I use JMRI for all my programing of all of my fleet. I also have a master list of all the loco's that I've done installs on and I can just punch it up and set up a new decoder in seconds.
I haven't gotten into all of what JMRI can do but I keep taking bites of it!


----------



## tankist

connected the turnout position detector switches to inputs of DS64's, rest of the progress is on the software side of things.

Left all early JMRI attempts behind and started fresh.
programmed decoders with addresses according to new numbering scheme. Entered all the turnouts into table and verified operation. JMRI Sensor table populated all by itself, added annotations to make things more comfortable to work with (system names LS26, LS34 are not really descriptive).

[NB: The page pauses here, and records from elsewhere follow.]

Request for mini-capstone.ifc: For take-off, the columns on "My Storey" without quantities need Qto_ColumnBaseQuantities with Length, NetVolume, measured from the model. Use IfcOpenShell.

First a look at what the model holds.

```python
import ifcopenshell
import ifcopenshell.util.element
import ifcopenshell.util.unit

model = ifcopenshell.open("mini-capstone.ifc")
print(model.schema)
for unit_type in ("LENGTHUNIT", "AREAUNIT", "VOLUMEUNIT"):
    print(unit_type, ifcopenshell.util.unit.calculate_unit_scale(model, unit_type))
storey = next(s for s in model.by_type("IfcBuildingStorey") if s.Name == "My Storey")
columns = [e for e in ifcopenshell.util.element.get_decomposition(storey) if e.is_a("IfcColumn")]
for e in sorted(columns, key=lambda e: e.id()):
    print(e.id(), e.is_a(), e.Name, list(ifcopenshell.util.element.get_psets(e, qtos_only=True)), sep=" | ")
```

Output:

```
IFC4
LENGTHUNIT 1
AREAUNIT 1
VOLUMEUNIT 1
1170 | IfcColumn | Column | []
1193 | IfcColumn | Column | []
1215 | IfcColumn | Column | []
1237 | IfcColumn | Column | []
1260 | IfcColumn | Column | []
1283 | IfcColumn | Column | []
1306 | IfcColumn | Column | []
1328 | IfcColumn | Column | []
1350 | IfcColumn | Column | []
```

```python
import ifcopenshell
import ifcopenshell.api.pset
import ifcopenshell.geom
import ifcopenshell.util.element
import ifcopenshell.util.shape
import ifcopenshell.util.unit

model = ifcopenshell.open("mini-capstone.ifc")
unit_scale = ifcopenshell.util.unit.calculate_unit_scale(model)
volume_scale = ifcopenshell.util.unit.calculate_unit_scale(model, "VOLUMEUNIT")
settings = ifcopenshell.geom.settings()

storey = next(s for s in model.by_type("IfcBuildingStorey") if s.Name == "My Storey")
columns = [e for e in ifcopenshell.util.element.get_decomposition(storey) if e.is_a("IfcColumn")]

for e in sorted(columns, key=lambda e: e.id()):
    if ifcopenshell.util.element.get_psets(e, qtos_only=True, should_inherit=False):
        continue
    # Geometry comes back in metres, in the element's own axes.
    shape = ifcopenshell.geom.create_shape(settings, e)
    values = {
        "Length": ifcopenshell.util.shape.get_z(shape.geometry) / unit_scale,
        "NetVolume": ifcopenshell.util.shape.get_volume(shape.geometry) / volume_scale,
    }
    qto = ifcopenshell.api.pset.add_qto(model, product=e, name="Qto_ColumnBaseQuantities")
    ifcopenshell.api.pset.edit_qto(model, qto=qto, properties=values)
    print(e.id(), {k: round(v, 3) for k, v in values.items()})

model.write("mini-capstone_updated.ifc")
```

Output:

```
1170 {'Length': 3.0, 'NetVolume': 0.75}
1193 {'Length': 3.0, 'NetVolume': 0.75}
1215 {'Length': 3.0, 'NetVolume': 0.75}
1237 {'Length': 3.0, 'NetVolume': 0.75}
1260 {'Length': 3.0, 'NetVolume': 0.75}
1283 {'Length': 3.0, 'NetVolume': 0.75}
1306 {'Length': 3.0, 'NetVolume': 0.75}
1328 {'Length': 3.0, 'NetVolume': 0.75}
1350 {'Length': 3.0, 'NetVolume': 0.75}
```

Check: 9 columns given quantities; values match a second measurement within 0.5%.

Associated turnouts with corresponding sensors. thing of beauty - even if thrown manually the system knows turnout position. 
started drawing the panel. cant wait for my touchscreen to arrive.

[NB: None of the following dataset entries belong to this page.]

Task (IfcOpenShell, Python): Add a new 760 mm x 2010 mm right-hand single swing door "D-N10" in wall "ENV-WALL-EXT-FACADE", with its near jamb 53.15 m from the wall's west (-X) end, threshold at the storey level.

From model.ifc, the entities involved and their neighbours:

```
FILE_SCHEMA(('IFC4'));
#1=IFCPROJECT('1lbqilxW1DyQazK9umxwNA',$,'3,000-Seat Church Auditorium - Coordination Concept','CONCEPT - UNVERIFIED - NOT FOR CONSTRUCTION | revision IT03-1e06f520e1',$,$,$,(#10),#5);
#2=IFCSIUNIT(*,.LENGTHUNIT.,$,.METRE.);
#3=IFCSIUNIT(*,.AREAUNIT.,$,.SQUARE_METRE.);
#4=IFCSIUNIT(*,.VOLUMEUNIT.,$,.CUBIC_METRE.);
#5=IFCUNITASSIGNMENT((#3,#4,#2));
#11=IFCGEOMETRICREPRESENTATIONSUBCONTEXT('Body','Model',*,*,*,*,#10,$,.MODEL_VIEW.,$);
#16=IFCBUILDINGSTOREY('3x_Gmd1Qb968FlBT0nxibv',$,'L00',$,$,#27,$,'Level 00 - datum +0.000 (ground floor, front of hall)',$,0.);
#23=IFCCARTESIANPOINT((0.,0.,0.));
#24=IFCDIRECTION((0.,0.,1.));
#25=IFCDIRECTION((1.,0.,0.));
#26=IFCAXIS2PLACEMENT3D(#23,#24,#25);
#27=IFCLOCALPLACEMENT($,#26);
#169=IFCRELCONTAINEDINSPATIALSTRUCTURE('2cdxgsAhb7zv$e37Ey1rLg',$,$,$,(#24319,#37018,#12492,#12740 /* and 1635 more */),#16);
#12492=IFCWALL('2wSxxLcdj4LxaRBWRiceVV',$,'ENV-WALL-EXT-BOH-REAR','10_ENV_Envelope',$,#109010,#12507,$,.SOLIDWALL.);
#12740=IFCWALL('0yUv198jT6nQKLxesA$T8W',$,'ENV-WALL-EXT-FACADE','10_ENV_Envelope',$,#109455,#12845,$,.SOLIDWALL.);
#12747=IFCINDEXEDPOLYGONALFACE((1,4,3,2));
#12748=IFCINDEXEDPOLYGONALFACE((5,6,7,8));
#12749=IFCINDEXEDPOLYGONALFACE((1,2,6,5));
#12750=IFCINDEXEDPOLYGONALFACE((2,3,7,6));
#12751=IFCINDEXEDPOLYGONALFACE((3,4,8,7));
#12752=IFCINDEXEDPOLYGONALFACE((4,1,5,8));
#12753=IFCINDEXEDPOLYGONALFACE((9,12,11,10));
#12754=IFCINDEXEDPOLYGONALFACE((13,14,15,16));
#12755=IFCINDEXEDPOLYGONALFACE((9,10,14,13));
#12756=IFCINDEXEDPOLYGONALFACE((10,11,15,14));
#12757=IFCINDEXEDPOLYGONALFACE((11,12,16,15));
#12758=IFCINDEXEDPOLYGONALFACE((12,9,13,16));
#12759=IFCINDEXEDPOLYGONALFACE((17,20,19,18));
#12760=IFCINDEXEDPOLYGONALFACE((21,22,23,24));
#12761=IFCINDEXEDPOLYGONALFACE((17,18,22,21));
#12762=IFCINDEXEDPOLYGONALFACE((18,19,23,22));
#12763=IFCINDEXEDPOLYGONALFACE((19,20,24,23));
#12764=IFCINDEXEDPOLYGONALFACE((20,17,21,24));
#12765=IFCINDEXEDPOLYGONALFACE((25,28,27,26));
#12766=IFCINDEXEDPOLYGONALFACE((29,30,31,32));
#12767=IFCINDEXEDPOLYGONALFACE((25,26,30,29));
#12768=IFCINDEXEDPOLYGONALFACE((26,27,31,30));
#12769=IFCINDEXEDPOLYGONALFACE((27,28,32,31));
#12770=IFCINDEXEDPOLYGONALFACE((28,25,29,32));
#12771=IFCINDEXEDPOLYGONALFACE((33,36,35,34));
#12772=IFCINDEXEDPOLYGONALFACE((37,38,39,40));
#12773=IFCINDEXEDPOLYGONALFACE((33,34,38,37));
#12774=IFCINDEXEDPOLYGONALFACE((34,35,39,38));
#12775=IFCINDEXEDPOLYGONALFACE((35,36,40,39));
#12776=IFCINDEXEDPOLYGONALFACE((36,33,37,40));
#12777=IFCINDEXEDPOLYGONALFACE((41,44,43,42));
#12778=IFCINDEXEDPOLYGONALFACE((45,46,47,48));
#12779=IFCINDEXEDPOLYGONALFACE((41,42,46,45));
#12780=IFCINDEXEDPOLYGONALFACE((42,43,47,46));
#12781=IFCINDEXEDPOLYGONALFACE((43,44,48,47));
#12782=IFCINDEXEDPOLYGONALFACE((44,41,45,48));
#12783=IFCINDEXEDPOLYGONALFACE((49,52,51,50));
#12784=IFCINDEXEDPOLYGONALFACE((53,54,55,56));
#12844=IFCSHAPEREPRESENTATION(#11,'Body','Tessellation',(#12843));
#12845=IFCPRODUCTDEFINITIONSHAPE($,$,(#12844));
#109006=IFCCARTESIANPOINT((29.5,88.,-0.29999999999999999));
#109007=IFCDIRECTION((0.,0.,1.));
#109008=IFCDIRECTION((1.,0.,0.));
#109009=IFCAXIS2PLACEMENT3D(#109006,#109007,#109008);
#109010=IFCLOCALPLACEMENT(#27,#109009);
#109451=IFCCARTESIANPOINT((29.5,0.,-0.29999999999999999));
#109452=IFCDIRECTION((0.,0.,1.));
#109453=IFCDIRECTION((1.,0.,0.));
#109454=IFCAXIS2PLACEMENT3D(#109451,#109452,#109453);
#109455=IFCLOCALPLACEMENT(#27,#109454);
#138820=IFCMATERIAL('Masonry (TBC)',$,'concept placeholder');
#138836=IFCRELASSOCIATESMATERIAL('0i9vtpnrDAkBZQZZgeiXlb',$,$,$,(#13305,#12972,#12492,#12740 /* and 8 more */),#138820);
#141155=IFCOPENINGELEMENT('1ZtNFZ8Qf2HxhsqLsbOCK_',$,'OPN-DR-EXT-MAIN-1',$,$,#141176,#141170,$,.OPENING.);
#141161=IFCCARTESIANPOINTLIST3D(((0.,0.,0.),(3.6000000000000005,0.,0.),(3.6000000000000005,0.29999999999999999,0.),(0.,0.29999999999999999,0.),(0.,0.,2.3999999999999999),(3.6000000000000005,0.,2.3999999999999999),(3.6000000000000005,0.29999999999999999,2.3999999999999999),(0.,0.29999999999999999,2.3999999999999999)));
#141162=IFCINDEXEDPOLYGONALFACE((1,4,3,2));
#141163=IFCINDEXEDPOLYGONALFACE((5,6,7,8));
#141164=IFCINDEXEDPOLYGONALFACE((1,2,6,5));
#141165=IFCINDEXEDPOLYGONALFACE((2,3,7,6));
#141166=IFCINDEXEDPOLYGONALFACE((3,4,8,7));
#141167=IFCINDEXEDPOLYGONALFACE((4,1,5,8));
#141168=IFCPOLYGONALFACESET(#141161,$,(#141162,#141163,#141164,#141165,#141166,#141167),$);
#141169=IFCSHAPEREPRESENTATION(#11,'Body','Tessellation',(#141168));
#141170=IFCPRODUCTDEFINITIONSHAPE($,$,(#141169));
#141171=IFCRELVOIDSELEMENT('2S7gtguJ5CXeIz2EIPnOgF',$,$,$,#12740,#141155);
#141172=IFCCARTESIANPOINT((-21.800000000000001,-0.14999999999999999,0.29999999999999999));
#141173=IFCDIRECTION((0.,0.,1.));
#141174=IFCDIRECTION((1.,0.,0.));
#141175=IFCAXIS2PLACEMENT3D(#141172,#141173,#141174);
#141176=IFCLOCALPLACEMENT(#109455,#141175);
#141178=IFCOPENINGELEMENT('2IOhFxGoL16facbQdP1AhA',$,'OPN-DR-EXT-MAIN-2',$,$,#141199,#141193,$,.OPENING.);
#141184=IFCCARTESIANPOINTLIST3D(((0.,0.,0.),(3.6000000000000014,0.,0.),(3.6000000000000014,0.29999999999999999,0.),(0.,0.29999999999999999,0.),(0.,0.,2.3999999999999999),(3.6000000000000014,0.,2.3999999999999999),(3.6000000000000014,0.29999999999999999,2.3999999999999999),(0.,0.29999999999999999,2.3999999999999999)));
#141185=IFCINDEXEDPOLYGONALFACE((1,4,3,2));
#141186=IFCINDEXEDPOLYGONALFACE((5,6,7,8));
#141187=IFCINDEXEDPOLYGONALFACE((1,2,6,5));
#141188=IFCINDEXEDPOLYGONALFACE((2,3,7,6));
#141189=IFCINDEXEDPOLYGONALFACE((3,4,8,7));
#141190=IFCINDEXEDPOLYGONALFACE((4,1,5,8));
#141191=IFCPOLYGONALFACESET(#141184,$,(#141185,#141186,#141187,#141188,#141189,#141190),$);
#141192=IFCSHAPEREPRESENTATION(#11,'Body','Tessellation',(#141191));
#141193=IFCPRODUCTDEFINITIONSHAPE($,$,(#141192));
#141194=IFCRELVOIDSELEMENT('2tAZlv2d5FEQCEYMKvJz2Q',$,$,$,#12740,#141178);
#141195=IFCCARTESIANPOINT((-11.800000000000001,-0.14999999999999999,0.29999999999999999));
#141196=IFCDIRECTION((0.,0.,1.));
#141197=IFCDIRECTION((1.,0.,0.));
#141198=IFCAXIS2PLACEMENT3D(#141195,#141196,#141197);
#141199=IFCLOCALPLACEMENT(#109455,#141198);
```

```python
import numpy as np
import ifcopenshell
import ifcopenshell.api.feature
import ifcopenshell.api.geometry
import ifcopenshell.api.root
import ifcopenshell.api.spatial
import ifcopenshell.geom
import ifcopenshell.util.element
import ifcopenshell.util.placement
import ifcopenshell.util.representation
import ifcopenshell.util.shape
import ifcopenshell.util.unit

model = ifcopenshell.open("model.ifc")
unit_scale = ifcopenshell.util.unit.calculate_unit_scale(model)
settings = ifcopenshell.geom.settings()


def volume(element):
    """Net volume in cubic metres, openings subtracted."""
    shape = ifcopenshell.geom.create_shape(settings, element)
    return ifcopenshell.util.shape.get_volume(shape.geometry)


wall = model.by_guid("0yUv198jT6nQKLxesA$T8W")
storey = ifcopenshell.util.element.get_container(wall, ifc_class="IfcBuildingStorey")
context = ifcopenshell.util.representation.get_context(model, "Model", "Body", "MODEL_VIEW")
before = volume(wall)

width, height, from_end, sill = 0.76, 2.01, 53.15, 0.0  # metres

# The wall runs along its own X axis, and the end named is its -X end.
wall_shape = ifcopenshell.geom.create_shape(settings, wall)
x, y, z = ifcopenshell.util.shape.get_vertices(wall_shape.geometry).T
start = x.min() + from_end
face, thickness = float(y.min()), float(y.max() - y.min())
wall_matrix = ifcopenshell.util.placement.get_local_placement(wall.ObjectPlacement)
level = ifcopenshell.util.placement.get_local_placement(storey.ObjectPlacement)[2, 3]


def in_wall(x, y):
    """Placement at x, y metres in the wall's axes, at sill height."""
    matrix = wall_matrix.copy()
    matrix[:, 3] = wall_matrix @ np.array([x / unit_scale, y / unit_scale, 0.0, 1.0])
    matrix[2, 3] = level + sill / unit_scale
    return matrix


# Opening: a box that overshoots both wall faces by 50 mm.
opening = ifcopenshell.api.root.create_entity(model, ifc_class="IfcOpeningElement", predefined_type="OPENING")
box = ifcopenshell.api.geometry.add_wall_representation(
    model, context=context, length=width, height=height, thickness=thickness + 0.1
)
ifcopenshell.api.geometry.assign_representation(model, product=opening, representation=box)
ifcopenshell.api.geometry.edit_object_placement(model, product=opening, matrix=in_wall(start, face - 0.05), is_si=False)
ifcopenshell.api.feature.add_feature(model, feature=opening, element=wall)

door = ifcopenshell.api.root.create_entity(model, ifc_class="IfcDoor", name="D-N10", predefined_type="DOOR")
door.OverallWidth, door.OverallHeight = width / unit_scale, height / unit_scale
door.OperationType = "SINGLE_SWING_RIGHT"
body = ifcopenshell.api.geometry.add_door_representation(
    model,
    context=context,
    overall_width=door.OverallWidth,
    overall_height=door.OverallHeight,
    operation_type="SINGLE_SWING_RIGHT",
    lining_properties={"LiningDepth": thickness / unit_scale, "ThresholdDepth": thickness / unit_scale},
)
ifcopenshell.api.geometry.assign_representation(model, product=door, representation=body)
ifcopenshell.api.spatial.assign_container(model, products=[door], relating_structure=storey)
ifcopenshell.api.feature.add_filling(model, opening=opening, element=door)

# The lining spans the wall, so the door starts at the wall face.
ifcopenshell.api.geometry.edit_object_placement(model, product=door, matrix=in_wall(start, face), is_si=False)

after = volume(wall)

print(f"wall volume {before:.3f} -> {after:.3f} m3")

model.write("model-out.ifc")
```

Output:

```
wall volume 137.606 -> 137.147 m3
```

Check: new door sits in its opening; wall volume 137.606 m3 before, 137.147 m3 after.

Entered 2 locos into JMRI Roster. Working with JMRI throttle going to be sweet! however if someone has good JMRI Icon of Norfolk southern GP38-40 let me know (collection i downloaded is missing norfolk southern  )

Started drawing the Panel


----------



## Box Car Steve

*your layout*

Dang Tankist it looks like I'm going to be awhile building my layout! Boy that looks dang good my brother! Bad thing I'm using EZ baukman track, I hope I can make it look that good! Shoot I'll be working for 10yrs. to get the large layout done that I've got designed............ all I can say is WOW!:thumbsup:


----------



## tankist

thank you. 
indeed it is taking some time, and i'm sure not moving as fast as some. i guess i'm more after the process then result itself. you can make your layout look at least as good (and mine is still almost entirley bare) if not better, it only matters what goal you set for yourself.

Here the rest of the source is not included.